ITM has been applied in an intra-operative setting on several occasions, and has proven to be a comparatively cheap, simple and non-invasive technique which can be integrated into conventional surgical microscopes (1,5,10). However, the technique’s sensitivity for functional imaging has been under question on several occasions (4). As alternative applications, studies have mentioned IT as a technique showing potential for surveillance of brain perfusion during vascular neurosurgery (3).
- Gorbach AM, Heiss J, Kufta C, Sato S, Fedio P, Kammerer WA, et al. Intraoperative infrared functional imaging of human brain. ANN NEUROL. 2003;54(3):297–309.

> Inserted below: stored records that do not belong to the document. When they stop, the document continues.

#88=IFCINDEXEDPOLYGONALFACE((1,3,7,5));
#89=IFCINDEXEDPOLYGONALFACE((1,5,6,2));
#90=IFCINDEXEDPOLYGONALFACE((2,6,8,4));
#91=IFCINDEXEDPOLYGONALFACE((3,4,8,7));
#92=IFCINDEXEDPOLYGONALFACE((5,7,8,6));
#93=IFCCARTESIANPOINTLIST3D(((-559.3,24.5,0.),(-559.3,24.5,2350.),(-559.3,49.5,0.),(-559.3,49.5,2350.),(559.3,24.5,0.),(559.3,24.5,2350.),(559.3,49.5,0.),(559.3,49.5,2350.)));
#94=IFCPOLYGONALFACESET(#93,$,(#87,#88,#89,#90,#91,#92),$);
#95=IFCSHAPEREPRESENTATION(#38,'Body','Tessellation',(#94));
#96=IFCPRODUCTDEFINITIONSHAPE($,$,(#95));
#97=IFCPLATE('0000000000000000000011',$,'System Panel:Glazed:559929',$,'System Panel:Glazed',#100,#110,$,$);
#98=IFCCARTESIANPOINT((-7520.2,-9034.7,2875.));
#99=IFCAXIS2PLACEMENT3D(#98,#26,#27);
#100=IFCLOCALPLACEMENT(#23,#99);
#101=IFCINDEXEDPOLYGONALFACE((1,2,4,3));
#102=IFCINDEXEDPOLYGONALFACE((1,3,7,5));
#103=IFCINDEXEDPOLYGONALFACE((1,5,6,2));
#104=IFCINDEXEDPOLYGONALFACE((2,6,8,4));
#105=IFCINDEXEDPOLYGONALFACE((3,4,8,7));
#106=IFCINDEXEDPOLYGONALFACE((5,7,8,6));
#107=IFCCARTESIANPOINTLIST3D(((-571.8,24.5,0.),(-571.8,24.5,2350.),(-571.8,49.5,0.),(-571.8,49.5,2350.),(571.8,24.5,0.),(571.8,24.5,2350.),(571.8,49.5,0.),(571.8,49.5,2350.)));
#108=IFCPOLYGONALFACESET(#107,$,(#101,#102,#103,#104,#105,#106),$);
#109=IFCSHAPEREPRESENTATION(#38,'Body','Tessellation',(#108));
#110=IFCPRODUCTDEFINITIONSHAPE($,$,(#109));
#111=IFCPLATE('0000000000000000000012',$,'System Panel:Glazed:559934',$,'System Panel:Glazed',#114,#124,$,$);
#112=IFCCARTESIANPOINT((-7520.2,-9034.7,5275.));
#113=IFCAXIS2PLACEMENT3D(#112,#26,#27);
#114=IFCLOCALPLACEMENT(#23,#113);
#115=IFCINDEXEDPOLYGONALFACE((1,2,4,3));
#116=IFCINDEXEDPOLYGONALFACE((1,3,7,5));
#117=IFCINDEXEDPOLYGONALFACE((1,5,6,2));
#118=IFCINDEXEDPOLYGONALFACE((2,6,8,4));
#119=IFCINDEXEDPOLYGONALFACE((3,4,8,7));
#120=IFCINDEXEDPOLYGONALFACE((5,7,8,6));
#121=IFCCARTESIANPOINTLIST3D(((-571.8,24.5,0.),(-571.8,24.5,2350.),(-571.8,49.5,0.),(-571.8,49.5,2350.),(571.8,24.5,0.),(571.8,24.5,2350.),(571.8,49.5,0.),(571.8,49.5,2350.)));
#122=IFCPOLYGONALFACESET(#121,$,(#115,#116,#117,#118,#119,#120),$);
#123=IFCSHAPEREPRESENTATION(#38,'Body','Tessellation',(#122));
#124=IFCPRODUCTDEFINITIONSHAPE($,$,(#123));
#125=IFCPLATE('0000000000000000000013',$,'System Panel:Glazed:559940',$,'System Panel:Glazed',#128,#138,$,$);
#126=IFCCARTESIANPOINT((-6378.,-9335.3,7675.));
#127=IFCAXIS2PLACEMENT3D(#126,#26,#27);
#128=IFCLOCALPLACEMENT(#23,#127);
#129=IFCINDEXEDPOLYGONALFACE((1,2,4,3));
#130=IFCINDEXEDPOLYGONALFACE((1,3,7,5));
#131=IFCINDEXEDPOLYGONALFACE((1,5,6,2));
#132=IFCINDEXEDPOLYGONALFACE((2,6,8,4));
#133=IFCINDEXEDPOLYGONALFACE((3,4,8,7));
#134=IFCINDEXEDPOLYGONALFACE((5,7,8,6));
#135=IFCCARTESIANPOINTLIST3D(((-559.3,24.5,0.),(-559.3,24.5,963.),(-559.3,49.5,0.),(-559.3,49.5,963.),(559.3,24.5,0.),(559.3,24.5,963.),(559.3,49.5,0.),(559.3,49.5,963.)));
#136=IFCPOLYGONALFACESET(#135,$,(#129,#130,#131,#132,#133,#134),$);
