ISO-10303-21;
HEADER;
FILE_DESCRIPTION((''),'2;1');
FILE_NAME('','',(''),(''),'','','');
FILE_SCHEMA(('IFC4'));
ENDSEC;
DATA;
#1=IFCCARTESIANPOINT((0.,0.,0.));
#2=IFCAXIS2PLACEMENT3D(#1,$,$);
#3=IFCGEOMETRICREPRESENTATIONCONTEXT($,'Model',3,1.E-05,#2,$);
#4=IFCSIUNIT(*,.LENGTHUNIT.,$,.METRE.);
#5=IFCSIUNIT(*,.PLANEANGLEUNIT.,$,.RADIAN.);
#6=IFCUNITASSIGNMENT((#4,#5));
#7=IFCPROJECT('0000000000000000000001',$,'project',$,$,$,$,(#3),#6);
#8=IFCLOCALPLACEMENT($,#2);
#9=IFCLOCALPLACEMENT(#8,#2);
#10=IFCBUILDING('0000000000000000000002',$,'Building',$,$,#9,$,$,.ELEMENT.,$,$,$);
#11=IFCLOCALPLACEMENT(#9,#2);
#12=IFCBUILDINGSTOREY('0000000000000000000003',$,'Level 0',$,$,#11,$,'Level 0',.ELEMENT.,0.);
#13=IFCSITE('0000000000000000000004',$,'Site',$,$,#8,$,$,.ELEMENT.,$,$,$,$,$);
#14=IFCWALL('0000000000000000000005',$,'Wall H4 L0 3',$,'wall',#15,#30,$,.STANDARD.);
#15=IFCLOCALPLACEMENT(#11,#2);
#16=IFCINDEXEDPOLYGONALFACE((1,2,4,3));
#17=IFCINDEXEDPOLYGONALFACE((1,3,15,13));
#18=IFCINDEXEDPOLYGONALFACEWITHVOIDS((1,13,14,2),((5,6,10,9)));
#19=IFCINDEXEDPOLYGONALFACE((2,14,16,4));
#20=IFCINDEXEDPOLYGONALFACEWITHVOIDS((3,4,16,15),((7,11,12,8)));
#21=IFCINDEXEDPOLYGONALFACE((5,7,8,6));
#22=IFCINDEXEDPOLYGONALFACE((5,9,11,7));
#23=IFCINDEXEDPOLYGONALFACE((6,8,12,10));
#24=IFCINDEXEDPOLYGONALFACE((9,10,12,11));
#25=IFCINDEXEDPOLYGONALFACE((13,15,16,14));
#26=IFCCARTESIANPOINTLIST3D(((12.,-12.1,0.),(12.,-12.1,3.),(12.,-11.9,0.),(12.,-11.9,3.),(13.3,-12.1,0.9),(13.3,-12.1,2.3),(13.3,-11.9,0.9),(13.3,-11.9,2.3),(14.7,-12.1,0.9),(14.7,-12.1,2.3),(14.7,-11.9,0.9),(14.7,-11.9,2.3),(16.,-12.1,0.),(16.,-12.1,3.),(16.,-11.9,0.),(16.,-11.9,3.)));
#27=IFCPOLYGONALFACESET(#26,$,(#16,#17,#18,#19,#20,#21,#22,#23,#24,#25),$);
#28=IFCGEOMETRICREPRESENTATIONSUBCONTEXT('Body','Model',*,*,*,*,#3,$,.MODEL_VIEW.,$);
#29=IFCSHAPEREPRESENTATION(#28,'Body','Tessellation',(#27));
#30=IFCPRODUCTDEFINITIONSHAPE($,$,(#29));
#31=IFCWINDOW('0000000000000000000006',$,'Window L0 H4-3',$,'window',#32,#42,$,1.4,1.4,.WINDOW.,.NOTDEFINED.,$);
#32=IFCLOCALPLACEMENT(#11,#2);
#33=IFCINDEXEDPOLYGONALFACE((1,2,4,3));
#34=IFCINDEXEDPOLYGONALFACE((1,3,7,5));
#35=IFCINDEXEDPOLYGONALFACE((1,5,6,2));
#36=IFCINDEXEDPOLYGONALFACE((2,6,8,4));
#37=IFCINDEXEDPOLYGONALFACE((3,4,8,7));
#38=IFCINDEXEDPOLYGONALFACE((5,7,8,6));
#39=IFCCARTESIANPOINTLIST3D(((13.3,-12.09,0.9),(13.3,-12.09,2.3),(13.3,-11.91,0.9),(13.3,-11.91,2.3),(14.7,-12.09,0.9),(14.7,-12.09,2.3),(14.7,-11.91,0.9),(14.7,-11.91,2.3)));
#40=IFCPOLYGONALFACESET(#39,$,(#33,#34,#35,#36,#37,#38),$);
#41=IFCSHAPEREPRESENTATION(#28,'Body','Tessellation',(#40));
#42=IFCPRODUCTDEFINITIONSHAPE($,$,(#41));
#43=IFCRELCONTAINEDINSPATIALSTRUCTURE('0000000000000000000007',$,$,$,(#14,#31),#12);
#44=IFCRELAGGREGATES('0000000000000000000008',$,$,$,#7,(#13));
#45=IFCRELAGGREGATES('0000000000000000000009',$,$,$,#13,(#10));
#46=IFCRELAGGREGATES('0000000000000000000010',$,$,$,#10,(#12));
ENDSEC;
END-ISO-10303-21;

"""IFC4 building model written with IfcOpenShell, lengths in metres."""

from ifc_helpers import new_model, si_unit, frame, frame_2d, origin, origin_2d, place, context, subcontext, project, spatial, rectangle, extrude, element, fill, save


model = new_model("IFC4")

# Units and contexts
model_context = context("Model", 3, precision=1e-05, world=origin())
body_context = subcontext(model_context, "Body", "Model", "MODEL_VIEW")
ifc_project = project(units=[si_unit("LENGTHUNIT", "METRE"), si_unit("PLANEANGLEUNIT", "RADIAN")], contexts=[model_context])

# Site, building, storey
site_placement = place(None, origin())
site = spatial("IfcSite", under=ifc_project, at=site_placement, Name="Site", CompositionType="ELEMENT")
building_placement = place(site_placement, origin())
building = spatial("IfcBuilding", under=site, at=building_placement, Name="Building", CompositionType="ELEMENT")
storey_placement = place(building_placement, origin())
storey = spatial("IfcBuildingStorey", under=building, at=storey_placement, Name="Level 0", LongName="Level 0", CompositionType="ELEMENT", Elevation=0.0)

# Wall, opening, window
wall_1_placement = place(storey_placement, frame((12.0, -12.0, 0.0), z_axis=(0.0, 0.0, 1.0), x_axis=(1.0, 0.0, 0.0)))
wall_1 = element("IfcWall", 1, at=wall_1_placement, inside=storey, Name="Wall H4 L0 3", ObjectType="wall", PredefinedType="STANDARD", context=body_context, shape_type="SweptSolid", body=[
    extrude(rectangle(XDim=4.0, YDim=0.2, at=frame_2d((2.0, 0.0))), origin(), (0.0, 0.0, 1.0), 3.0),
])
opening_1_placement = place(storey_placement, frame((14.0, -12.0, 0.9), z_axis=(0.0, 0.0, 1.0), x_axis=(1.0, 0.0, 0.0)))
opening_1 = element("IfcOpeningElement", 2, at=opening_1_placement, cuts=wall_1, ObjectType="Opening", PredefinedType="OPENING", context=body_context, shape_type="SweptSolid", body=[
    extrude(rectangle(XDim=1.4, YDim=0.22, at=origin_2d()), origin(), (0.0, 0.0, 1.0), 1.4),
])
window_placement = place(storey_placement, frame((14.0, -12.0, 0.9), z_axis=(0.0, 0.0, 1.0), x_axis=(1.0, 0.0, 0.0)))
window = element("IfcWindow", 3, at=window_placement, inside=storey, Name="Window L0 H4-3", ObjectType="window", OverallHeight=1.4, OverallWidth=1.4, PartitioningType="NOTDEFINED", PredefinedType="WINDOW", context=body_context, shape_type="SweptSolid", body=[
    extrude(rectangle(XDim=1.4, YDim=0.18, at=origin_2d()), origin(), (0.0, 0.0, 1.0), 1.4),
])
fill(opening_1, window)

save(model, "model.ifc")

- Shevelev IA, Tsicalov EN, Gorbach AM, Budko KP, Sharaev GA. Thermoimaging of the brain. J Neurosci Methods. 1993;
- Rojas EDFR, Ochoa EM, López RL, Díaz LL. Infrared thermography brain mapping surveillance in vascular neurosurgery for anterior communicating artery aneurysm clipping. Surg Neurol Int. 2018;
- Hoffmann N, Radev Y, Koch E, Petersohn U, Steiner G, Kirsch M. Intraoperative mapping of the sensory cortex by time-resolved thermal imaging. Biomed Tech. 2018;
- Shevelev IA. Functional imaging of the brain by infrared radiation (thermoencephaloscopy). Progress in Neurobiology. 1998.
- Suzuki T, Oishi N, Fukuyama H. Simultaneous infrared thermal imaging and laser speckle imaging of brain temperature and cerebral blood flow in rats. J Biomed Opt. 2018;
- Suzuki T, Ooi Y, Seki J. Infrared thermal imaging of rat somatosensory cortex with whisker stimulation. J Appl Physiol. 2012;
- Hayward JN, Baker MA. A comparative study of the role of the cerebral arterial blood in the regulation of brain temperature in five mammals. Brain Res. 1969;
- Kiyatkin EA, Brown PL, Wise RA. Brain temperature fluctuation: A reflection of functional neural activation. Eur J Neurosci. 2002;
- Parrish T, Iorga M. Application of IR thermometry to understanding brain function. In: Quantum Sensing and Nano Electronics and Photonics Xv. Bellingham: Spie-Int Soc Optical Engineering; 2018. (Proceedings of SPIE; vol. 10540).